* MATERIALS PROVIDED:

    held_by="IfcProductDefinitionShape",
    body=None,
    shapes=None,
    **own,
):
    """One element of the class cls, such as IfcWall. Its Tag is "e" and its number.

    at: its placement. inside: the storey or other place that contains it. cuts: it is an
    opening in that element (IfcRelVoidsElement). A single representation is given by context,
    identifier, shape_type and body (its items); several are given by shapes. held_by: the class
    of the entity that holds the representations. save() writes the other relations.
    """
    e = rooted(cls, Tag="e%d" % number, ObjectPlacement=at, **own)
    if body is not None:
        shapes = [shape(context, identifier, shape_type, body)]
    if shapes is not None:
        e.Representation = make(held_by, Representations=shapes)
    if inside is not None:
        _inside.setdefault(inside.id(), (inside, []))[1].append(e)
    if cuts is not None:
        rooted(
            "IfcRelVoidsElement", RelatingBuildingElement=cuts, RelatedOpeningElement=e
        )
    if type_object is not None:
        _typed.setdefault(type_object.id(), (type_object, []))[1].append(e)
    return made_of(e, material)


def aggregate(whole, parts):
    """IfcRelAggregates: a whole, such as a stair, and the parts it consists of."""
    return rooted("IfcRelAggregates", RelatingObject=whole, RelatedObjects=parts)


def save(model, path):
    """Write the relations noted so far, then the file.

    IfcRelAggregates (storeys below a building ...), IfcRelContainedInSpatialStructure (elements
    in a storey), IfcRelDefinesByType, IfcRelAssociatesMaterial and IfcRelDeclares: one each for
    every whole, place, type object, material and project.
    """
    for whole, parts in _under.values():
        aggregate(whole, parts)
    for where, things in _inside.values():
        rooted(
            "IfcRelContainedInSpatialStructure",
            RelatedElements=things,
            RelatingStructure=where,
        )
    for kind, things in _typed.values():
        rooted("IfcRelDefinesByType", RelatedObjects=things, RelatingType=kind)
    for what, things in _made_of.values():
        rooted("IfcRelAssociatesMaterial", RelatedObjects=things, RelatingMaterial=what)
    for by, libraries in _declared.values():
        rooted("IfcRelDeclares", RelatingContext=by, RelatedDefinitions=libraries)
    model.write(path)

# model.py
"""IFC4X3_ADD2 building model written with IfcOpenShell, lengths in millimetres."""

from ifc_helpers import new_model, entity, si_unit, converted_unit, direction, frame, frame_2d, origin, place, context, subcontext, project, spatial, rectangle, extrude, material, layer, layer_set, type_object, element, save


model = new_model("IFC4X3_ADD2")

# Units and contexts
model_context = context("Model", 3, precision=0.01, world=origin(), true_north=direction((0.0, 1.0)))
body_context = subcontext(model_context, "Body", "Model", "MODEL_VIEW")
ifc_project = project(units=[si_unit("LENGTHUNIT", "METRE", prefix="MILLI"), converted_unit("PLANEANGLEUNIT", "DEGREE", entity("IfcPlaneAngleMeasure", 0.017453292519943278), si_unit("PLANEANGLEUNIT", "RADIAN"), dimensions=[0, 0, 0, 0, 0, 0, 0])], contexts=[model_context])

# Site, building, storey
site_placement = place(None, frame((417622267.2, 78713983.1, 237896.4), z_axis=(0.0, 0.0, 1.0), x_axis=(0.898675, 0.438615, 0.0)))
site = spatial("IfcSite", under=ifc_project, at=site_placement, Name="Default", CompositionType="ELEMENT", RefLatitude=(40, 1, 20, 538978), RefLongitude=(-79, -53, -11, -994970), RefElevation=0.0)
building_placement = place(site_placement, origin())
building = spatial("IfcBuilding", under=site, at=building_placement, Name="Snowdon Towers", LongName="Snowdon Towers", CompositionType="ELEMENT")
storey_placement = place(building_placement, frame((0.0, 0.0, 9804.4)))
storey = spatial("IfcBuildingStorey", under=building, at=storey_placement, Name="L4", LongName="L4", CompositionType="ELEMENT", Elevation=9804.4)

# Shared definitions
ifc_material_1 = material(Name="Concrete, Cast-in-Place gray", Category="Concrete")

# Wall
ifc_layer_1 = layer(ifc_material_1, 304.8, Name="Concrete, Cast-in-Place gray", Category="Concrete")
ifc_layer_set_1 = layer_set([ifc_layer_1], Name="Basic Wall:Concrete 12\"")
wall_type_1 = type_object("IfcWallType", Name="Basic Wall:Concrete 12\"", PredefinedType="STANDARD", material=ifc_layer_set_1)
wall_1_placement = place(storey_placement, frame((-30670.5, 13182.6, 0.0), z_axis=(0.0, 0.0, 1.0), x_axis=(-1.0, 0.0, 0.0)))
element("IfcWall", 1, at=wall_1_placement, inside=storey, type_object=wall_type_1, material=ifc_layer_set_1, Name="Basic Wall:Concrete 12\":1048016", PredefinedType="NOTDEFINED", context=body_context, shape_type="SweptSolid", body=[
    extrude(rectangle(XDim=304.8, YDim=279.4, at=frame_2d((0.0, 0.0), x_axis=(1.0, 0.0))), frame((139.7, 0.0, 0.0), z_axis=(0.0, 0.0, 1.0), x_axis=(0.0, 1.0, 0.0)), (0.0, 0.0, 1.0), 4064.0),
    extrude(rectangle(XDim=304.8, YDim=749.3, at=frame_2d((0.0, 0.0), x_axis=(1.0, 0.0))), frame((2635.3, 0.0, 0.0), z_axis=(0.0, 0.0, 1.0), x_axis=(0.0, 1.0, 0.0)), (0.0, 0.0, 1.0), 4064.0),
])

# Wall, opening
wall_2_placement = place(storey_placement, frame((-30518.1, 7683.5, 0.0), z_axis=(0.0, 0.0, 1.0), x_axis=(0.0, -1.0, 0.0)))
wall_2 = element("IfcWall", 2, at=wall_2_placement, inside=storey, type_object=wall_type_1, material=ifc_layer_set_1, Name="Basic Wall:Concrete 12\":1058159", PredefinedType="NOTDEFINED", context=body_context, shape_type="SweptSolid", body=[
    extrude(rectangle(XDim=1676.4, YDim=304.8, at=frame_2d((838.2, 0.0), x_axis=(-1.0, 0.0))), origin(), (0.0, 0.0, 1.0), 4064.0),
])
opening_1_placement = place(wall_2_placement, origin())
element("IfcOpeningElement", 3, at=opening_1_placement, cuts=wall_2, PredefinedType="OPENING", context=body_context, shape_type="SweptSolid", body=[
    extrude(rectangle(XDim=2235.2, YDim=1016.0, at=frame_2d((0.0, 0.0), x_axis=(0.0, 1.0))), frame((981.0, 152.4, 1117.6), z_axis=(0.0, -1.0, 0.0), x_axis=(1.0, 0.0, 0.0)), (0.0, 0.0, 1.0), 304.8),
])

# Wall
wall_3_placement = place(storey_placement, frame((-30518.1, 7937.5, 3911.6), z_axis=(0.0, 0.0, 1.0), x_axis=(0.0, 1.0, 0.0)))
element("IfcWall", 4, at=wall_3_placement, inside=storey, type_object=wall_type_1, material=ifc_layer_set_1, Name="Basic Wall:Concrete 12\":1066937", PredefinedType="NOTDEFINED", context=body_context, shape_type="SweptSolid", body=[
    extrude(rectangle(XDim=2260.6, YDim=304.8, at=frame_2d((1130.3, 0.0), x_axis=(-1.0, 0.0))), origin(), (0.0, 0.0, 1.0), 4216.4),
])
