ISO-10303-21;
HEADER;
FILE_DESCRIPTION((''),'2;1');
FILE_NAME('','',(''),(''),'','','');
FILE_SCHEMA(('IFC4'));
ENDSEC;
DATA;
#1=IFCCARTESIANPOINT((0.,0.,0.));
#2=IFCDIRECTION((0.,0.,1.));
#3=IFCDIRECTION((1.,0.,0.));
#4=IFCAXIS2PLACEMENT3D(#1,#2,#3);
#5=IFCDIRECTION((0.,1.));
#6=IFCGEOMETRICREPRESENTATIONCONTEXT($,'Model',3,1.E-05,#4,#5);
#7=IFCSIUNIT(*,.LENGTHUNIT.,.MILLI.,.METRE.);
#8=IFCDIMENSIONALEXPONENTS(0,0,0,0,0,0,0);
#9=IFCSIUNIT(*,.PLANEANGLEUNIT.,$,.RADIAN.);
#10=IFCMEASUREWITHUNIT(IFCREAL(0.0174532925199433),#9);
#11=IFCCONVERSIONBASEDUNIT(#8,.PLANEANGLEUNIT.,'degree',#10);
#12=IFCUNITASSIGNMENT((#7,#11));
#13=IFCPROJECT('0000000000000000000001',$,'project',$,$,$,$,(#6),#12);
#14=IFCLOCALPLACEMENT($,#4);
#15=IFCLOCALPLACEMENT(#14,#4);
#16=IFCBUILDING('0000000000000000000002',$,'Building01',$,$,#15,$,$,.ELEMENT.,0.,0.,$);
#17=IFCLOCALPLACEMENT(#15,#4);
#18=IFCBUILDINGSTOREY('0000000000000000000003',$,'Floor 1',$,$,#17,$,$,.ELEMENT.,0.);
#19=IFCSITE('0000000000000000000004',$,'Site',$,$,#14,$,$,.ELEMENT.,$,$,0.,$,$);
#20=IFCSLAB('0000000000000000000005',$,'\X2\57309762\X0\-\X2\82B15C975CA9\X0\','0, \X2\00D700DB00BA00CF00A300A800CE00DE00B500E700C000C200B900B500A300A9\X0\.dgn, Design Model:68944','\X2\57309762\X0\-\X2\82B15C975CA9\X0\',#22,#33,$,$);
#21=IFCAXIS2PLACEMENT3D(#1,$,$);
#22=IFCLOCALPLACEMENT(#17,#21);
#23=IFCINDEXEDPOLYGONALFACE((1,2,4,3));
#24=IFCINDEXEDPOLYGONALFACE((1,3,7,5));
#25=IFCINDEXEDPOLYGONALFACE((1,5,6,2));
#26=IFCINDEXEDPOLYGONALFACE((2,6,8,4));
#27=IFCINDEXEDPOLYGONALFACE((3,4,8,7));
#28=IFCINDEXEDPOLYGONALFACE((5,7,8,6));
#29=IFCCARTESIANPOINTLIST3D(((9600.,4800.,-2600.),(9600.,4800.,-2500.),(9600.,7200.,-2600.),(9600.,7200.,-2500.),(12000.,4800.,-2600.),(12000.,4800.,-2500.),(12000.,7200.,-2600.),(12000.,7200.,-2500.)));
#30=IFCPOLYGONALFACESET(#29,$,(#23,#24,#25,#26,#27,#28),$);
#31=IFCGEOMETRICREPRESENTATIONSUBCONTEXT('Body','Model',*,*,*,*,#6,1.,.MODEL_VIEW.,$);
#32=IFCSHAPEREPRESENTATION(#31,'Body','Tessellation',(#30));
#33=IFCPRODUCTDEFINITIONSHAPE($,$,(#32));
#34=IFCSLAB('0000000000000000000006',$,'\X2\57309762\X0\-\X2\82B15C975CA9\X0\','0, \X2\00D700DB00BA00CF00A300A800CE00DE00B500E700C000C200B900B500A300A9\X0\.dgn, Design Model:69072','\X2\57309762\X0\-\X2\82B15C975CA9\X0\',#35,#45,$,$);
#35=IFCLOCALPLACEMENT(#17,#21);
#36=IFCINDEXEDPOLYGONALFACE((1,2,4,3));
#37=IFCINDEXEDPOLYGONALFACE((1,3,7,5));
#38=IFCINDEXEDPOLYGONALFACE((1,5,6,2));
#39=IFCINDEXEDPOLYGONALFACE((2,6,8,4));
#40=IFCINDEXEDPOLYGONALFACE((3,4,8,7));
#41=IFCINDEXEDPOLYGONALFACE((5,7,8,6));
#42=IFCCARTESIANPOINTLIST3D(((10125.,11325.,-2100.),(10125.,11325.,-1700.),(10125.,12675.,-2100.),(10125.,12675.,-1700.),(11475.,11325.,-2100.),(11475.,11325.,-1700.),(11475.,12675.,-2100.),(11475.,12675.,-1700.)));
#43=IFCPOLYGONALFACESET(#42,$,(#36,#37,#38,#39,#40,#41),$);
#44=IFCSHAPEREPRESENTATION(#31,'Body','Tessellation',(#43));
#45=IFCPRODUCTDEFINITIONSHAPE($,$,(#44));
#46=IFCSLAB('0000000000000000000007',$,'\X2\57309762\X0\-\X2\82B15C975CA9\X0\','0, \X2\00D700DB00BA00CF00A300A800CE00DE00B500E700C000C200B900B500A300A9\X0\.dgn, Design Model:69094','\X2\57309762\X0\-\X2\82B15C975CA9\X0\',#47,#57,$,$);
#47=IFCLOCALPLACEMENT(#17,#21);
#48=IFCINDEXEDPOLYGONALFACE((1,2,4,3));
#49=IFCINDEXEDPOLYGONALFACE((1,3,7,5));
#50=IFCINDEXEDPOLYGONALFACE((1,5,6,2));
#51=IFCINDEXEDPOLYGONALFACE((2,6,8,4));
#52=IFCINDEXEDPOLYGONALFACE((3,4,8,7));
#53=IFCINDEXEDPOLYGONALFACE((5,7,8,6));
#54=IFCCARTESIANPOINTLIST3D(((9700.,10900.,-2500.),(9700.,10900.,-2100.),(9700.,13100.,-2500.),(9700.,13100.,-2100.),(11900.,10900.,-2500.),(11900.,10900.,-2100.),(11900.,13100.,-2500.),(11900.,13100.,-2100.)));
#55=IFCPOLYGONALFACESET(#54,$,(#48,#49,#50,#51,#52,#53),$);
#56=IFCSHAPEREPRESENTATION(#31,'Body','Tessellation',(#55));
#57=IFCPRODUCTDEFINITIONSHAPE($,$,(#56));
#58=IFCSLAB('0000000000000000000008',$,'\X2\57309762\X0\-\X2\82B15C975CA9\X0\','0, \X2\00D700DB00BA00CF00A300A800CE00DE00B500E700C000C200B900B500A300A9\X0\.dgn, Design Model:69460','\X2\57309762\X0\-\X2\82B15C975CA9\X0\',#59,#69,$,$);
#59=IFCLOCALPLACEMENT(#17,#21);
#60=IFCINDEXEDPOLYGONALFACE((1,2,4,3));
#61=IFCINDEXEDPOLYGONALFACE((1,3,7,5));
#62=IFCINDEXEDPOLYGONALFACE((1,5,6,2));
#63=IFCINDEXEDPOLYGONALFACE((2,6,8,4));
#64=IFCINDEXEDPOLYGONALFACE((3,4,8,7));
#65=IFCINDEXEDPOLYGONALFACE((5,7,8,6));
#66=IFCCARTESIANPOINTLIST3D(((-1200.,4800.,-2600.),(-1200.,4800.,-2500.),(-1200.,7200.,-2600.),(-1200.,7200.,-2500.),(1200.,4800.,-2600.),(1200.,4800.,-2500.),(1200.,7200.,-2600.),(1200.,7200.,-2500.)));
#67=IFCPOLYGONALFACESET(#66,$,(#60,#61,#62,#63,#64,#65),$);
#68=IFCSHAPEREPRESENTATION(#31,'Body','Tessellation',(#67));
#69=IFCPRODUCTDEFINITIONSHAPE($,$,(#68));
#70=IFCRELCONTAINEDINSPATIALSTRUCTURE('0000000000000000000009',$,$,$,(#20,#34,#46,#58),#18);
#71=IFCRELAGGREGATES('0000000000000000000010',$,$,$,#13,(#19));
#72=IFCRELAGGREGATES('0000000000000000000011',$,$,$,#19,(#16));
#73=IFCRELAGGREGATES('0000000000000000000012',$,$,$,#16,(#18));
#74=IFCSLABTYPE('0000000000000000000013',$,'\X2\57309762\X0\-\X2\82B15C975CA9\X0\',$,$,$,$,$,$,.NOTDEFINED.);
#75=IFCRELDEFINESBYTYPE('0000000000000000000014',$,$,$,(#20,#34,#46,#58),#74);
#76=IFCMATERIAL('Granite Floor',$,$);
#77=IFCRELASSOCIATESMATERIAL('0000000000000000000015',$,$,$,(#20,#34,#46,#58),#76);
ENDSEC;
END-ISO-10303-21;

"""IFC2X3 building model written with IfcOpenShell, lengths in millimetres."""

from ifc_helpers import new_model, entity, si_unit, converted_unit, direction, frame, frame_2d, origin_with_axes, place, context, subcontext, project, spatial, rectangle, extrude, material, type_object, element, save


model = new_model("IFC2X3")

# Units and contexts
model_context = context("Model", 3, precision=1e-05, world=origin_with_axes(), true_north=direction((0.0, 1.0)))
body_context = subcontext(model_context, "Body", "Model", "MODEL_VIEW", scale=1.0)
ifc_project = project(units=[si_unit("LENGTHUNIT", "METRE", prefix="MILLI"), converted_unit("PLANEANGLEUNIT", "degree", entity("IfcReal", 0.0174532925199433), si_unit("PLANEANGLEUNIT", "RADIAN"), dimensions=[0, 0, 0, 0, 0, 0, 0])], contexts=[model_context])

# Site, building, storey
site_placement = place(None, origin_with_axes())
site = spatial("IfcSite", under=ifc_project, at=site_placement, Name="Site", CompositionType="ELEMENT", RefElevation=0.0)
building_placement = place(site_placement, origin_with_axes())
building = spatial("IfcBuilding", under=site, at=building_placement, Name="Building01", CompositionType="ELEMENT", ElevationOfRefHeight=0.0, ElevationOfTerrain=0.0)
storey_placement = place(building_placement, origin_with_axes())
storey = spatial("IfcBuildingStorey", under=building, at=storey_placement, Name="Floor 1", CompositionType="ELEMENT", Elevation=0.0)

# Slabs
ifc_material_1 = material(Name="Granite Floor")
slab_type = type_object("IfcSlabType", Name="地面-花岗岩", PredefinedType="NOTDEFINED")
slab_1_placement = place(storey_placement, frame((12000.0, 7200.0, -2500.0), z_axis=(0.0, 0.0, -1.0), x_axis=(0.0, -1.0, 0.0)))
element("IfcSlab", 1, at=slab_1_placement, inside=storey, type_object=slab_type, material=ifc_material_1, Name="地面-花岗岩", Description="0, ×ÛºÏ£¨ÎÞµçÀÂ¹µ£©.dgn, Design Model:68944", ObjectType="地面-花岗岩", context=body_context, shape_type="SweptSolid", body=[
    extrude(rectangle(XDim=2400.0, YDim=2400.0, at=frame_2d((1200.0, 1200.0), x_axis=(1.0, 0.0))), origin_with_axes(), (0.0, 0.0, 1.0), 100.0),
])
slab_2_placement = place(storey_placement, frame((10125.0, 11325.0, -2100.0), z_axis=(0.0, 0.0, 1.0), x_axis=(1.0, 0.0, 0.0)))
element("IfcSlab", 2, at=slab_2_placement, inside=storey, type_object=slab_type, material=ifc_material_1, Name="地面-花岗岩", Description="0, ×ÛºÏ£¨ÎÞµçÀÂ¹µ£©.dgn, Design Model:69072", ObjectType="地面-花岗岩", context=body_context, shape_type="SweptSolid", body=[
    extrude(rectangle(XDim=1350.0, YDim=1350.0, at=frame_2d((675.0, 675.0), x_axis=(1.0, 0.0))), origin_with_axes(), (0.0, 0.0, 1.0), 400.0),
])
slab_3_placement = place(storey_placement, frame((9700.0, 10900.0, -2500.0), z_axis=(0.0, 0.0, 1.0), x_axis=(1.0, 0.0, 0.0)))
element("IfcSlab", 3, at=slab_3_placement, inside=storey, type_object=slab_type, material=ifc_material_1, Name="地面-花岗岩", Description="0, ×ÛºÏ£¨ÎÞµçÀÂ¹µ£©.dgn, Design Model:69094", ObjectType="地面-花岗岩", context=body_context, shape_type="SweptSolid", body=[
    extrude(rectangle(XDim=2200.0, YDim=2200.0, at=frame_2d((1100.0, 1100.0), x_axis=(1.0, 0.0))), origin_with_axes(), (0.0, 0.0, 1.0), 400.0),
])
slab_4_placement = place(storey_placement, frame((1200.0, 7200.0, -2500.0), z_axis=(0.0, 0.0, -1.0), x_axis=(0.0, -1.0, 0.0)))
element("IfcSlab", 4, at=slab_4_placement, inside=storey, type_object=slab_type, material=ifc_material_1, Name="地面-花岗岩", Description="0, ×ÛºÏ£¨ÎÞµçÀÂ¹µ£©.dgn, Design Model:69460", ObjectType="地面-花岗岩", context=body_context, shape_type="SweptSolid", body=[
    extrude(rectangle(XDim=2400.0, YDim=2400.0, at=frame_2d((1200.0, 1200.0), x_axis=(1.0, 0.0))), origin_with_axes(), (0.0, 0.0, 1.0), 100.0),
])

save(model, "model.ifc")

* WHAT YOU WILL DO: Set down, unchanged, only those lines above that fall between the line with "#51=IFCINDEXEDPOLYGONALFACE((2,6,8,4));" and the line with "#61=IFCINDEXEDPOLYGONALFACE((1,3,7,5));", the two end lines included.

* SOLUTION TO THIS EXERCISE:
#51=IFCINDEXEDPOLYGONALFACE((2,6,8,4));
#52=IFCINDEXEDPOLYGONALFACE((3,4,8,7));
#53=IFCINDEXEDPOLYGONALFACE((5,7,8,6));
#54=IFCCARTESIANPOINTLIST3D(((9700.,10900.,-2500.),(9700.,10900.,-2100.),(9700.,13100.,-2500.),(9700.,13100.,-2100.),(11900.,10900.,-2500.),(11900.,10900.,-2100.),(11900.,13100.,-2500.),(11900.,13100.,-2100.)));
#55=IFCPOLYGONALFACESET(#54,$,(#48,#49,#50,#51,#52,#53),$);
#56=IFCSHAPEREPRESENTATION(#31,'Body','Tessellation',(#55));
#57=IFCPRODUCTDEFINITIONSHAPE($,$,(#56));
#58=IFCSLAB('0000000000000000000008',$,'\X2\57309762\X0\-\X2\82B15C975CA9\X0\','0, \X2\00D700DB00BA00CF00A300A800CE00DE00B500E700C000C200B900B500A300A9\X0\.dgn, Design Model:69460','\X2\57309762\X0\-\X2\82B15C975CA9\X0\',#59,#69,$,$);
#59=IFCLOCALPLACEMENT(#17,#21);
#60=IFCINDEXEDPOLYGONALFACE((1,2,4,3));
#61=IFCINDEXEDPOLYGONALFACE((1,3,7,5));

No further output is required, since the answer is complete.